→ Extracted data
-*-

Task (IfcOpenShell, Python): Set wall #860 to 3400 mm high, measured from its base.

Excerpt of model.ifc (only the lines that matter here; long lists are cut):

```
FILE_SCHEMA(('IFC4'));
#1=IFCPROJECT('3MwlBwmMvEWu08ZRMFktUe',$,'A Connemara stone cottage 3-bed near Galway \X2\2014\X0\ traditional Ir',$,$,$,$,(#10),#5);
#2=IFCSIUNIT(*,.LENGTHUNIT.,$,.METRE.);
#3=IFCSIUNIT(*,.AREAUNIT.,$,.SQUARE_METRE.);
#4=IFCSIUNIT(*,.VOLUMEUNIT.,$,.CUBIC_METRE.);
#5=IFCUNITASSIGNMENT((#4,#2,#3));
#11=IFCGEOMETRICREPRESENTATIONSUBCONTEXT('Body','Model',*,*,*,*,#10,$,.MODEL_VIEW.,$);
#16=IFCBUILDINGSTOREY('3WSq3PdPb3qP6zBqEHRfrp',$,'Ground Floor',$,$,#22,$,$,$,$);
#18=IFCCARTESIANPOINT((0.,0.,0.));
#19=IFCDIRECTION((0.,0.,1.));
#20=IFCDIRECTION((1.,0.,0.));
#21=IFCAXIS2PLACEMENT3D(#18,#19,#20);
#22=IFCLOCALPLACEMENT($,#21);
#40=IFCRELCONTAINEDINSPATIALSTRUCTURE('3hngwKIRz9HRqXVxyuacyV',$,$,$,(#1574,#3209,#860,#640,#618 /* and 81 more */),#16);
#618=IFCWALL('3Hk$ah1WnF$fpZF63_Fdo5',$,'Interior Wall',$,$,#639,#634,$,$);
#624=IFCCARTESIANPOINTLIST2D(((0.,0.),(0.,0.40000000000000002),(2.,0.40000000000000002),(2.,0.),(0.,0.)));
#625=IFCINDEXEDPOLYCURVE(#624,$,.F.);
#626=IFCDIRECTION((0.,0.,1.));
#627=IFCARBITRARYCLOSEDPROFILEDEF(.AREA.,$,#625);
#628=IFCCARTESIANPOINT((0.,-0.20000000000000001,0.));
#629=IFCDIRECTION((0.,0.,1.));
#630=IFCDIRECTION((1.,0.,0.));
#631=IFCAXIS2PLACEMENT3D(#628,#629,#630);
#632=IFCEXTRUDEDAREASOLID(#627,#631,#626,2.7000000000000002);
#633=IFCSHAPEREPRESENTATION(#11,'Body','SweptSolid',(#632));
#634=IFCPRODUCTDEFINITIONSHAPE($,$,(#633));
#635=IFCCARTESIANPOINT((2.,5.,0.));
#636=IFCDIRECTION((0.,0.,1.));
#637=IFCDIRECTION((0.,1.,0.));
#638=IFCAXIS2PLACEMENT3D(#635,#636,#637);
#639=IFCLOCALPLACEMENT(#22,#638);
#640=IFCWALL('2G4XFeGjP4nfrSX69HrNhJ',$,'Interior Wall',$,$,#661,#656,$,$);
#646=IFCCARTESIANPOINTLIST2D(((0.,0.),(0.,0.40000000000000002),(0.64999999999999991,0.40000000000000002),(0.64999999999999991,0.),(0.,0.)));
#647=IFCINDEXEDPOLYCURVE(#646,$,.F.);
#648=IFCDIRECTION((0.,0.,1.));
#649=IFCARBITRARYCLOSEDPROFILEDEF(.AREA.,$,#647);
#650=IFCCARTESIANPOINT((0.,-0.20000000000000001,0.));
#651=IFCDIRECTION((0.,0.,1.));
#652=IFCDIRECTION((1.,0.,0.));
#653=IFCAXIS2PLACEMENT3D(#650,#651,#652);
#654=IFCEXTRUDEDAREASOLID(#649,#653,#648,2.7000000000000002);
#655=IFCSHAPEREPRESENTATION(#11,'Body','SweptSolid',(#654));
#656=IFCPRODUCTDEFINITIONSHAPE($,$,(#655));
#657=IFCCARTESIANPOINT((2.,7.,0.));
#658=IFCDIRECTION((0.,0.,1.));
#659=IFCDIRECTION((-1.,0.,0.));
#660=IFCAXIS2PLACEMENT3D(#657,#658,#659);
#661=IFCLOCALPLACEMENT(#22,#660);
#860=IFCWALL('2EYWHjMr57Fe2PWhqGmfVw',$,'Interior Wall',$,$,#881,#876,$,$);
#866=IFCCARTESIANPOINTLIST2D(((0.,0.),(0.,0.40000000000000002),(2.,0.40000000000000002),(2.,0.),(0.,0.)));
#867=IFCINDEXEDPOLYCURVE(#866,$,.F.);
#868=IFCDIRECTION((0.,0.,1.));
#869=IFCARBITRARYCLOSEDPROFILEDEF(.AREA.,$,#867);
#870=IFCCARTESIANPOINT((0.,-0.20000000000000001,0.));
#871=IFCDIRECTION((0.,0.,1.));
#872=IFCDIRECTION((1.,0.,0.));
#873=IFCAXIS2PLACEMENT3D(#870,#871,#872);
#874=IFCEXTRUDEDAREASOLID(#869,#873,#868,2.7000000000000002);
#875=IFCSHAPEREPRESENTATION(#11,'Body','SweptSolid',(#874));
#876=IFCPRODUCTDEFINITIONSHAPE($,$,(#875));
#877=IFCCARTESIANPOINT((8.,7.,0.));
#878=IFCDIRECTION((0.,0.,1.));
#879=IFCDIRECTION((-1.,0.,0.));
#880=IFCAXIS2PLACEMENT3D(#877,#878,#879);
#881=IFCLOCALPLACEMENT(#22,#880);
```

```python
import ifcopenshell
import ifcopenshell.geom
import ifcopenshell.util.representation
import ifcopenshell.util.shape
import ifcopenshell.util.unit

model = ifcopenshell.open("model.ifc")
unit_scale = ifcopenshell.util.unit.calculate_unit_scale(model)
settings = ifcopenshell.geom.settings()


def volume(element):
    """Net volume in cubic metres, openings subtracted."""
    shape = ifcopenshell.geom.create_shape(settings, element)
    return ifcopenshell.util.shape.get_volume(shape.geometry)


wall = model.by_guid("2EYWHjMr57Fe2PWhqGmfVw")
before = volume(wall)

body = ifcopenshell.util.representation.get_representation(wall, "Model", "Body")
solid = body.Items[0]
old_height = solid.Depth
solid.Depth = 3.4 / unit_scale
after = volume(wall)

print(f"height {old_height:g} -> {solid.Depth:g}, volume {before:.3f} -> {after:.3f} m3")

model.write("model_rev.ifc")
```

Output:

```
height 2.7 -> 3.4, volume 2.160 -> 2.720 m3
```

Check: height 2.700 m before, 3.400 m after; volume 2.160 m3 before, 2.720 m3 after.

-*-

→ Task
Please give the listing above one more time, exactly as it reads.

→ Finished task
Task (IfcOpenShell, Python): Set wall #860 to 3400 mm high, measured from its base.

Excerpt of model.ifc (only the lines that matter here; long lists are cut):

```
FILE_SCHEMA(('IFC4'));
#1=IFCPROJECT('3MwlBwmMvEWu08ZRMFktUe',$,'A Connemara stone cottage 3-bed near Galway \X2\2014\X0\ traditional Ir',$,$,$,$,(#10),#5);
#2=IFCSIUNIT(*,.LENGTHUNIT.,$,.METRE.);
#3=IFCSIUNIT(*,.AREAUNIT.,$,.SQUARE_METRE.);
#4=IFCSIUNIT(*,.VOLUMEUNIT.,$,.CUBIC_METRE.);
#5=IFCUNITASSIGNMENT((#4,#2,#3));
#11=IFCGEOMETRICREPRESENTATIONSUBCONTEXT('Body','Model',*,*,*,*,#10,$,.MODEL_VIEW.,$);
#16=IFCBUILDINGSTOREY('3WSq3PdPb3qP6zBqEHRfrp',$,'Ground Floor',$,$,#22,$,$,$,$);
#18=IFCCARTESIANPOINT((0.,0.,0.));
#19=IFCDIRECTION((0.,0.,1.));
#20=IFCDIRECTION((1.,0.,0.));
#21=IFCAXIS2PLACEMENT3D(#18,#19,#20);
#22=IFCLOCALPLACEMENT($,#21);
#40=IFCRELCONTAINEDINSPATIALSTRUCTURE('3hngwKIRz9HRqXVxyuacyV',$,$,$,(#1574,#3209,#860,#640,#618 /* and 81 more */),#16);
#618=IFCWALL('3Hk$ah1WnF$fpZF63_Fdo5',$,'Interior Wall',$,$,#639,#634,$,$);
#624=IFCCARTESIANPOINTLIST2D(((0.,0.),(0.,0.40000000000000002),(2.,0.40000000000000002),(2.,0.),(0.,0.)));
#625=IFCINDEXEDPOLYCURVE(#624,$,.F.);
#626=IFCDIRECTION((0.,0.,1.));
#627=IFCARBITRARYCLOSEDPROFILEDEF(.AREA.,$,#625);
#628=IFCCARTESIANPOINT((0.,-0.20000000000000001,0.));
#629=IFCDIRECTION((0.,0.,1.));
#630=IFCDIRECTION((1.,0.,0.));
#631=IFCAXIS2PLACEMENT3D(#628,#629,#630);
#632=IFCEXTRUDEDAREASOLID(#627,#631,#626,2.7000000000000002);
#633=IFCSHAPEREPRESENTATION(#11,'Body','SweptSolid',(#632));
#634=IFCPRODUCTDEFINITIONSHAPE($,$,(#633));
#635=IFCCARTESIANPOINT((2.,5.,0.));
#636=IFCDIRECTION((0.,0.,1.));
#637=IFCDIRECTION((0.,1.,0.));
#638=IFCAXIS2PLACEMENT3D(#635,#636,#637);
#639=IFCLOCALPLACEMENT(#22,#638);
#640=IFCWALL('2G4XFeGjP4nfrSX69HrNhJ',$,'Interior Wall',$,$,#661,#656,$,$);
#646=IFCCARTESIANPOINTLIST2D(((0.,0.),(0.,0.40000000000000002),(0.64999999999999991,0.40000000000000002),(0.64999999999999991,0.),(0.,0.)));
#647=IFCINDEXEDPOLYCURVE(#646,$,.F.);
#648=IFCDIRECTION((0.,0.,1.));
#649=IFCARBITRARYCLOSEDPROFILEDEF(.AREA.,$,#647);
#650=IFCCARTESIANPOINT((0.,-0.20000000000000001,0.));
#651=IFCDIRECTION((0.,0.,1.));
#652=IFCDIRECTION((1.,0.,0.));
#653=IFCAXIS2PLACEMENT3D(#650,#651,#652);
#654=IFCEXTRUDEDAREASOLID(#649,#653,#648,2.7000000000000002);
#655=IFCSHAPEREPRESENTATION(#11,'Body','SweptSolid',(#654));
#656=IFCPRODUCTDEFINITIONSHAPE($,$,(#655));
#657=IFCCARTESIANPOINT((2.,7.,0.));
#658=IFCDIRECTION((0.,0.,1.));
#659=IFCDIRECTION((-1.,0.,0.));
#660=IFCAXIS2PLACEMENT3D(#657,#658,#659);
#661=IFCLOCALPLACEMENT(#22,#660);
#860=IFCWALL('2EYWHjMr57Fe2PWhqGmfVw',$,'Interior Wall',$,$,#881,#876,$,$);
#866=IFCCARTESIANPOINTLIST2D(((0.,0.),(0.,0.40000000000000002),(2.,0.40000000000000002),(2.,0.),(0.,0.)));
#867=IFCINDEXEDPOLYCURVE(#866,$,.F.);
#868=IFCDIRECTION((0.,0.,1.));
#869=IFCARBITRARYCLOSEDPROFILEDEF(.AREA.,$,#867);
#870=IFCCARTESIANPOINT((0.,-0.20000000000000001,0.));
#871=IFCDIRECTION((0.,0.,1.));
#872=IFCDIRECTION((1.,0.,0.));
#873=IFCAXIS2PLACEMENT3D(#870,#871,#872);
#874=IFCEXTRUDEDAREASOLID(#869,#873,#868,2.7000000000000002);
#875=IFCSHAPEREPRESENTATION(#11,'Body','SweptSolid',(#874));
#876=IFCPRODUCTDEFINITIONSHAPE($,$,(#875));
#877=IFCCARTESIANPOINT((8.,7.,0.));
#878=IFCDIRECTION((0.,0.,1.));
#879=IFCDIRECTION((-1.,0.,0.));
#880=IFCAXIS2PLACEMENT3D(#877,#878,#879);
#881=IFCLOCALPLACEMENT(#22,#880);
```

```python
import ifcopenshell
import ifcopenshell.geom
import ifcopenshell.util.representation
import ifcopenshell.util.shape
import ifcopenshell.util.unit

model = ifcopenshell.open("model.ifc")
unit_scale = ifcopenshell.util.unit.calculate_unit_scale(model)
settings = ifcopenshell.geom.settings()


def volume(element):
    """Net volume in cubic metres, openings subtracted."""
    shape = ifcopenshell.geom.create_shape(settings, element)
    return ifcopenshell.util.shape.get_volume(shape.geometry)


wall = model.by_guid("2EYWHjMr57Fe2PWhqGmfVw")
before = volume(wall)

body = ifcopenshell.util.representation.get_representation(wall, "Model", "Body")
solid = body.Items[0]
old_height = solid.Depth
solid.Depth = 3.4 / unit_scale
after = volume(wall)

print(f"height {old_height:g} -> {solid.Depth:g}, volume {before:.3f} -> {after:.3f} m3")

model.write("model_rev.ifc")
```

Output:

```
height 2.7 -> 3.4, volume 2.160 -> 2.720 m3
```

Check: height 2.700 m before, 3.400 m after; volume 2.160 m3 before, 2.720 m3 after.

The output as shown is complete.